Investigations of biogeochemical cycling on glacier surfaces are relatively recent. The evidence from Arctic glaciers suggests that much more organic carbon is deposited from the surrounding environment than is fixed on the glacier during photosynthesis (8). On Arctic glaciers, respiration appears to exceed photosynthesis, indicating that surface glacier ecosystems are subsidized by carbon inputs from the environment, rather like streams and estuaries. Whether this is true of Antarctic glaciers remains to be shown.

Liquid water at the bases of glaciers can also support bacterial communities, including aerobic strains and anaerobic nitrate and sulfate reducers and methanogens (9). For example, Blood Falls—an iron-rich discharge emanating from the Taylor Glacier in Antarctica—derives from a brine pocket trapped in the glacier 1.5 million years ago. This brine contains a microbial community that mediates a sulfur cycle in which Fe(III) is the terminal electron acceptor; Fe(III) may be an important electron acceptor for many subglacial ecosystems (10).

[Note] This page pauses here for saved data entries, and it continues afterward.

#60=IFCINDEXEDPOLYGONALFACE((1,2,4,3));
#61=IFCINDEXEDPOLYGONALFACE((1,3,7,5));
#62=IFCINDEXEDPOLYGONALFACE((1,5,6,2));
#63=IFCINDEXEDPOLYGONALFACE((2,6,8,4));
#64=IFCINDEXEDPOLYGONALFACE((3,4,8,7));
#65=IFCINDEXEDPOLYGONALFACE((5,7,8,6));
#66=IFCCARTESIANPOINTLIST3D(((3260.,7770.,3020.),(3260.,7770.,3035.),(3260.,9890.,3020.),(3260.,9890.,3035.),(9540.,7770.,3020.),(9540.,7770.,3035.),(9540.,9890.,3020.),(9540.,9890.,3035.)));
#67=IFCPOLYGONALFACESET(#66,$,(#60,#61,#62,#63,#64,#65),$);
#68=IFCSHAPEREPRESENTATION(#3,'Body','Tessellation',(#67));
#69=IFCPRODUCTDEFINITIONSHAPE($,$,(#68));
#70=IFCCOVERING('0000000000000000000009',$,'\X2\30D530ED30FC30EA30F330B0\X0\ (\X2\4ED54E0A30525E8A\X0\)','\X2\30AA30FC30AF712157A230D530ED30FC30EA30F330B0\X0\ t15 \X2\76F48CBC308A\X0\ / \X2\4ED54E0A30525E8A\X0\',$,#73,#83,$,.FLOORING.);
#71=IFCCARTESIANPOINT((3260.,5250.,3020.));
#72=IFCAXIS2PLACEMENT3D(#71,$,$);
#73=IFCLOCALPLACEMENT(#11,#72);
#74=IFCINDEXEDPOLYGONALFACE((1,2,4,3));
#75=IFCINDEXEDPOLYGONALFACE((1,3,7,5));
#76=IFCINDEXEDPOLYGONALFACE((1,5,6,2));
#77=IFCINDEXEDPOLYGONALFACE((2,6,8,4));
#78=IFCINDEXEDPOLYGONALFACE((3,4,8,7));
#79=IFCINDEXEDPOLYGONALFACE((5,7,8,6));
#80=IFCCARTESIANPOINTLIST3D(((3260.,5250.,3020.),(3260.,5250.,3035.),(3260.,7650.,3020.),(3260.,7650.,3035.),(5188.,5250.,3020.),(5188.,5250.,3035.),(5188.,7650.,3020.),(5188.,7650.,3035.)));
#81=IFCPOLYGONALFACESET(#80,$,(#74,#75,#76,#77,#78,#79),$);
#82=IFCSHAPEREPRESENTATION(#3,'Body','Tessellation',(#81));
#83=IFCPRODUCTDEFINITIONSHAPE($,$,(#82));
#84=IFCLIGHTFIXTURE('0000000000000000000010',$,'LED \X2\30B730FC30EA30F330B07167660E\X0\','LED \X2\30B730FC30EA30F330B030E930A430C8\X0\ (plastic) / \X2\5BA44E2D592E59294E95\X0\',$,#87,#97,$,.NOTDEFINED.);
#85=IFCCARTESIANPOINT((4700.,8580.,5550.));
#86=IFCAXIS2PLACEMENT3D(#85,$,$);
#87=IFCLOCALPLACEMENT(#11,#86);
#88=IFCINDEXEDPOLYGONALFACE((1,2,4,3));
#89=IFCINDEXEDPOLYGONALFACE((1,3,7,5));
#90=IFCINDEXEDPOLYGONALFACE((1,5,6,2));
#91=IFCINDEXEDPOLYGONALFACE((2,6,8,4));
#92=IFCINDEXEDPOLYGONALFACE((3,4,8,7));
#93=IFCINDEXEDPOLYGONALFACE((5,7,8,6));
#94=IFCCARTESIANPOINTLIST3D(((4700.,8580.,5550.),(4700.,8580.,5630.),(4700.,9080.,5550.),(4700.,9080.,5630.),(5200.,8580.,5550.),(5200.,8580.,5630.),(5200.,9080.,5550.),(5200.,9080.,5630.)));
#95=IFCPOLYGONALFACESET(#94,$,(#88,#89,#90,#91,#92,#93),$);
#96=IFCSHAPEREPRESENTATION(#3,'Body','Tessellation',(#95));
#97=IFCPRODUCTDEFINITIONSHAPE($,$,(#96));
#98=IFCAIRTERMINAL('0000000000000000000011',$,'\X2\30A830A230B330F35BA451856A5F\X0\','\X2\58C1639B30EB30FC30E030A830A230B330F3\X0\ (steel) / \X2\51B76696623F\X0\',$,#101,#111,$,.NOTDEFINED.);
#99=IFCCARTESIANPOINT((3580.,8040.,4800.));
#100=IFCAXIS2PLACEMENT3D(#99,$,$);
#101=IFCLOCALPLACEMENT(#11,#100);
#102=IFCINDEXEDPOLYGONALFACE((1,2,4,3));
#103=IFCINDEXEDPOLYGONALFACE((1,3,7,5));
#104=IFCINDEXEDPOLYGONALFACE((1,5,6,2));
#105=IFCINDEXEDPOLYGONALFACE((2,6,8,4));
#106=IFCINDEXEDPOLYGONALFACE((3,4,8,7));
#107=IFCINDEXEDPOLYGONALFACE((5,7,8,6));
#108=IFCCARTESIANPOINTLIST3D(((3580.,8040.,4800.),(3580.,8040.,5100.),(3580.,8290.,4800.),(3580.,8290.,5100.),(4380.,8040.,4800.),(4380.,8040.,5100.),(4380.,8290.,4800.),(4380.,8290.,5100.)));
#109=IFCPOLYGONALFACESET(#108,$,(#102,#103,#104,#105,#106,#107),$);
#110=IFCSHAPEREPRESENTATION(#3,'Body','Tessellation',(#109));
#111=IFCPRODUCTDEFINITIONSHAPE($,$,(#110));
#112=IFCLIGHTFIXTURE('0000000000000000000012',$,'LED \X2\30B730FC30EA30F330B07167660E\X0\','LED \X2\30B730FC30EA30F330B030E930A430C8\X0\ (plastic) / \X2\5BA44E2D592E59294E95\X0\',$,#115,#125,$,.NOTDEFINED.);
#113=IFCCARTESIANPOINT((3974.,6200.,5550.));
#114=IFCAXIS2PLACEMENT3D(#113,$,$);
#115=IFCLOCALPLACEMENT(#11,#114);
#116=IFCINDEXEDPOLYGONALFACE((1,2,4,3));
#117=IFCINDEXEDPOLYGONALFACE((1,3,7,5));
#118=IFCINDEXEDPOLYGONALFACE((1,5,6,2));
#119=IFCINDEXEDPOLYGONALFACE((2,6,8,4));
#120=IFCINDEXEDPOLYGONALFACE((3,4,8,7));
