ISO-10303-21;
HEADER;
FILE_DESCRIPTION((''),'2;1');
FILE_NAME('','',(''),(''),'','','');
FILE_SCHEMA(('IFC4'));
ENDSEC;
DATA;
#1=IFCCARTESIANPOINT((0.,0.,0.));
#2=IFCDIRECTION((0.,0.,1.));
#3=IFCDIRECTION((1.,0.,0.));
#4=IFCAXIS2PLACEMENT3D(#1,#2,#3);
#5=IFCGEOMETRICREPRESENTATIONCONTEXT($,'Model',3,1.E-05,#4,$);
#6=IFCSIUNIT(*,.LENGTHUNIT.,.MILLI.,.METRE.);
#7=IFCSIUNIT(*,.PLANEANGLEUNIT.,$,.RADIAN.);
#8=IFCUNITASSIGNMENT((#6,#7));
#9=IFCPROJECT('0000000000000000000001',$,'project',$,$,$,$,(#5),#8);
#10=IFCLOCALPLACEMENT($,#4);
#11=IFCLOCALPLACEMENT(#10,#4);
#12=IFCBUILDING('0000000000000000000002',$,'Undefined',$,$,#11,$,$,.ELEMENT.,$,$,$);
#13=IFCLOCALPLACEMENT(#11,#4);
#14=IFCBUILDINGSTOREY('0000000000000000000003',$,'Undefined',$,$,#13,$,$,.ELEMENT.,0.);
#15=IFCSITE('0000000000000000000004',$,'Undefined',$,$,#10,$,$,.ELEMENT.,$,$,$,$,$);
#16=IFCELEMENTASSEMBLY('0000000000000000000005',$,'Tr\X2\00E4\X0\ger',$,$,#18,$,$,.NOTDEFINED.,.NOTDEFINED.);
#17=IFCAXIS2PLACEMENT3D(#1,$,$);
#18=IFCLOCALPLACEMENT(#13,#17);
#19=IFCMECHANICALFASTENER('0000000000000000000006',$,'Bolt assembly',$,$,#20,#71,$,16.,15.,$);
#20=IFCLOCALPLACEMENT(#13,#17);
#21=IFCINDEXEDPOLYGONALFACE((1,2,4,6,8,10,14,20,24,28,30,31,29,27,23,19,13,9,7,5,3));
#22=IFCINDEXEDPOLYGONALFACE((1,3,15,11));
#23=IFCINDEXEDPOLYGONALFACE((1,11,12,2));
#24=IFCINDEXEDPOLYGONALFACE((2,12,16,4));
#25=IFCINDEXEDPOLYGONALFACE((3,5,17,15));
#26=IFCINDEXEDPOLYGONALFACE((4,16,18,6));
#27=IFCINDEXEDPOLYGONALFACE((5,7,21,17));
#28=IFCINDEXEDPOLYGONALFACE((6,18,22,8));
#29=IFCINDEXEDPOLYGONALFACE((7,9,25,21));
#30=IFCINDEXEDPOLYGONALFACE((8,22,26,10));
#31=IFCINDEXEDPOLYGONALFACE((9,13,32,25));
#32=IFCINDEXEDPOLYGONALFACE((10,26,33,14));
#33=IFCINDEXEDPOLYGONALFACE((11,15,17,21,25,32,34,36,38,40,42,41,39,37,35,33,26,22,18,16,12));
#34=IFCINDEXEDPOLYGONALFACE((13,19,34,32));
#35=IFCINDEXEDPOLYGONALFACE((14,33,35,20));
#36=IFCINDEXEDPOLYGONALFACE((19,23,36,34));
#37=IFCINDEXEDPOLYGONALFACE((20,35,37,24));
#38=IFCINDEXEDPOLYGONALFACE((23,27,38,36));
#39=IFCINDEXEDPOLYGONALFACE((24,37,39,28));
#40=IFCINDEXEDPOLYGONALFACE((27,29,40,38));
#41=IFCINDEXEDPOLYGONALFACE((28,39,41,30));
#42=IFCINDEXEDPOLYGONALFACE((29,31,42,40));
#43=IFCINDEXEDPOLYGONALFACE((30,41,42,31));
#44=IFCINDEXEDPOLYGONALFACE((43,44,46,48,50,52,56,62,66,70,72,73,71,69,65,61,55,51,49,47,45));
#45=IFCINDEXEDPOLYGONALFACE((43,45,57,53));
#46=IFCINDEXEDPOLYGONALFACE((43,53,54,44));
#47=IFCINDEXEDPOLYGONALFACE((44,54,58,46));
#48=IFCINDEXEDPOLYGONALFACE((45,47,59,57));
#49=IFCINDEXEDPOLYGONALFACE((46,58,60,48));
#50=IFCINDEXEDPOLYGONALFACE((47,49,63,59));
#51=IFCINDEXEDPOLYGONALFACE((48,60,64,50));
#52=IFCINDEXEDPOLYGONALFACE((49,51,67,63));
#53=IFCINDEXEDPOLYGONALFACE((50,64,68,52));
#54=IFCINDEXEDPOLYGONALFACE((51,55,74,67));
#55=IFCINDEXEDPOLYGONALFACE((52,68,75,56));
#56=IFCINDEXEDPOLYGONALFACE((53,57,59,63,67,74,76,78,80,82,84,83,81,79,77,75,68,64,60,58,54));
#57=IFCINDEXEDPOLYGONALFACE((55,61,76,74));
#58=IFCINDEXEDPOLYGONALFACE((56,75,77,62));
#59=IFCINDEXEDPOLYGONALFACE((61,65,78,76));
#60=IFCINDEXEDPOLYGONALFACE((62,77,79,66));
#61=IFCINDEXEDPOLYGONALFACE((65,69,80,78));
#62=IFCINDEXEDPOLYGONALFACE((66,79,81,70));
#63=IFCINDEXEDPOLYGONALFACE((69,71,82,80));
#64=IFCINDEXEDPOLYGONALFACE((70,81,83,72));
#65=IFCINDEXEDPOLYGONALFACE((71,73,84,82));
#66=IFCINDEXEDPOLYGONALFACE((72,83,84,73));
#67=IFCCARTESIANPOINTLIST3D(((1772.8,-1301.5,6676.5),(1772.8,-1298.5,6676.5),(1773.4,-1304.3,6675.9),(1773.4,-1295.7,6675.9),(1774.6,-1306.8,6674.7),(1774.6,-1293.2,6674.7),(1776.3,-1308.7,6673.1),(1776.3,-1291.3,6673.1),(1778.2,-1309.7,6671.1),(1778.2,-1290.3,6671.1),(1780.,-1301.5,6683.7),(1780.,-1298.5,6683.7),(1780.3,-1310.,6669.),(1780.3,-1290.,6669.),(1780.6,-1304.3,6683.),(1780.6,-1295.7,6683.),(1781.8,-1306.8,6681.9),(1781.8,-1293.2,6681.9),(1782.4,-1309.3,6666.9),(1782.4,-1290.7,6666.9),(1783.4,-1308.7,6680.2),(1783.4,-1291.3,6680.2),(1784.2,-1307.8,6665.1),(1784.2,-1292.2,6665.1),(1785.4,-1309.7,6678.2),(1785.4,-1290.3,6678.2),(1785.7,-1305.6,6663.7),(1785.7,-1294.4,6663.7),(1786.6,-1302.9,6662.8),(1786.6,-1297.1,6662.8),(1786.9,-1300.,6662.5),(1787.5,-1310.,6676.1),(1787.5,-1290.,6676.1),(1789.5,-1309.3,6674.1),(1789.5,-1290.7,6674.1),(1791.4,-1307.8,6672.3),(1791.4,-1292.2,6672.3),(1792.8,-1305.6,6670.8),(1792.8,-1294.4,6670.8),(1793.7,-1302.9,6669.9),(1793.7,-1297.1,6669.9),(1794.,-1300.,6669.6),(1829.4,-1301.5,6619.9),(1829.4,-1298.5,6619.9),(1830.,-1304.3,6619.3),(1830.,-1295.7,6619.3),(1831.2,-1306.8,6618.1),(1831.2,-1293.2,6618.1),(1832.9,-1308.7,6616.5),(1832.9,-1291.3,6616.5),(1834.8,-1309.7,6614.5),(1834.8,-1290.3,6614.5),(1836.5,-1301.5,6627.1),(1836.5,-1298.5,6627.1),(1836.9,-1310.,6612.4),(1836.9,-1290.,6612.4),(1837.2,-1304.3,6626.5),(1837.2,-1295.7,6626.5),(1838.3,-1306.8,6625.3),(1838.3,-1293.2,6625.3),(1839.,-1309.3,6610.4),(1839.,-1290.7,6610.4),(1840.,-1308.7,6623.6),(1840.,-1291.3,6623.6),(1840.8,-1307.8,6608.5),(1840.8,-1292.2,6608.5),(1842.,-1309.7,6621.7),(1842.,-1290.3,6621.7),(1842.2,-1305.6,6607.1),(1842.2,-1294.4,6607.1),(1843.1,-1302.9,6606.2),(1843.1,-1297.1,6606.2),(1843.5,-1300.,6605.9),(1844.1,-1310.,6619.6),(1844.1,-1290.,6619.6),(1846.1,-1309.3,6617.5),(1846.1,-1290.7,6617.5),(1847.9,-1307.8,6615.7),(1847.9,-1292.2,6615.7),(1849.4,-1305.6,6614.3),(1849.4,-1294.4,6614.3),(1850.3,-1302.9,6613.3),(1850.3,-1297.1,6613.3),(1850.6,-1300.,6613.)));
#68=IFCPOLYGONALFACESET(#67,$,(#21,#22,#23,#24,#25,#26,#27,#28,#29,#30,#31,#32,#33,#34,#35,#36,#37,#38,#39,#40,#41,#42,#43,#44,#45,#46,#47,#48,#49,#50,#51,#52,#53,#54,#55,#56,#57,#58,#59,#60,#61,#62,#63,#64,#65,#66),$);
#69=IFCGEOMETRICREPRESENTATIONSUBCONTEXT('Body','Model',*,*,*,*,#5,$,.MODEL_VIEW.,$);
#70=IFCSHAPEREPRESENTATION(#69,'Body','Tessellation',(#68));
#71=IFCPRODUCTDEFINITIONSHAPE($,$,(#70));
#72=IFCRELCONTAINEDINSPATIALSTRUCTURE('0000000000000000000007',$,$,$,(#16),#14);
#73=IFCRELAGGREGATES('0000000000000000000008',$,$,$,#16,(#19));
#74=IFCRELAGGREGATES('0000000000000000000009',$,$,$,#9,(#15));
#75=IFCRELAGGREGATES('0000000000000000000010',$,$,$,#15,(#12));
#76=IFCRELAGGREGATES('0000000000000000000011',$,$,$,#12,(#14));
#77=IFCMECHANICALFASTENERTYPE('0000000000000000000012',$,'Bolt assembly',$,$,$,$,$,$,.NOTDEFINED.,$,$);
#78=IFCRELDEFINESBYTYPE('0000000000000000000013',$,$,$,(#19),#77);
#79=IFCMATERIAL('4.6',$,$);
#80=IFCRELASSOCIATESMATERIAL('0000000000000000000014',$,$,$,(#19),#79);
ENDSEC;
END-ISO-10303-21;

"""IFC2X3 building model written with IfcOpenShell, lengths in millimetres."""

from ifc_helpers import new_model, si_unit, frame, origin_with_axes, origin_2d_with_axis, place, context, subcontext, project, spatial, circle, extrude, source, transform, mapped, material, type_object, element, aggregate, save


model = new_model("IFC2X3")

# Units and contexts
model_context = context("Model", 3, precision=1e-05, world=origin_with_axes())
body_context = subcontext(model_context, "Body", "Model", "MODEL_VIEW")
ifc_project = project(units=[si_unit("LENGTHUNIT", "METRE", prefix="MILLI"), si_unit("PLANEANGLEUNIT", "RADIAN")], contexts=[model_context])

# Site, building, storey
site_placement = place(None, origin_with_axes())
site = spatial("IfcSite", under=ifc_project, at=site_placement, Name="Undefined", CompositionType="ELEMENT")
building_placement = place(site_placement, origin_with_axes())
building = spatial("IfcBuilding", under=site, at=building_placement, Name="Undefined", CompositionType="ELEMENT")
storey_placement = place(building_placement, origin_with_axes())
storey = spatial("IfcBuildingStorey", under=building, at=storey_placement, Name="Undefined", CompositionType="ELEMENT", Elevation=0.0)

# Element assembly
assembly_1_placement = place(storey_placement, origin_with_axes())
assembly_1 = element("IfcElementAssembly", 1, at=assembly_1_placement, inside=storey, Name="Träger", AssemblyPlace="NOTDEFINED", PredefinedType="NOTDEFINED")

# Mechanical fastener
ifc_material_1 = material(Name="4.6")
mechanical_fastener_type = type_object("IfcMechanicalFastenerType", Name="Bolt assembly")
shared_shape_1 = source(origin_with_axes(), body_context, "Body", "SweptSolid", [
    extrude(circle(Radius=10.0, at=origin_2d_with_axis()), frame((0.0, 0.0, 0.0), z_axis=(0.0, 1.0, 0.0), x_axis=(1.0, 0.0, 0.0)), (0.0, 0.0, 1.0), 10.1),
])
mechanical_fastener_1_placement = place(assembly_1_placement, frame((1787.0, -1300.0, 6676.7), z_axis=(0.0, 1.0, 0.0), x_axis=(0.707107, 0.0, -0.707107)))
mechanical_fastener_1 = element("IfcMechanicalFastener", 2, at=mechanical_fastener_1_placement, type_object=mechanical_fastener_type, material=ifc_material_1, Name="Bolt assembly", NominalDiameter=16.0, NominalLength=15.0, context=body_context, shape_type="MappedRepresentation", body=[
    mapped(shared_shape_1, transform((0.0, 0.0, 0.0))),
    mapped(shared_shape_1, transform((80.0, 0.0, 0.0))),
])
aggregate(assembly_1, [mechanical_fastener_1])

save(model, "model.ifc")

A network of subglacial lakes under the Antarctic ice cap have yet to be sampled. They have been isolated for millions of years, but a molecular analysis of accretion ice above Lake Vostok revealed a bacterial community with species typical of aquatic environments. If these species are characteristic of the underlying lake, this would indicate that it does not possess an evolutionary distinct biota (11).

As investigations of polar microbial biodiversity forge ahead, key challenges will be to unravel the roles of different groups in ecosystems and to identify the biochemical mechanisms, such as cold-adapted proteins, that enable survival in extreme environments. Advances in functional genomics and proteomics will provide exciting insights into how life evolved and functions under extreme conditions.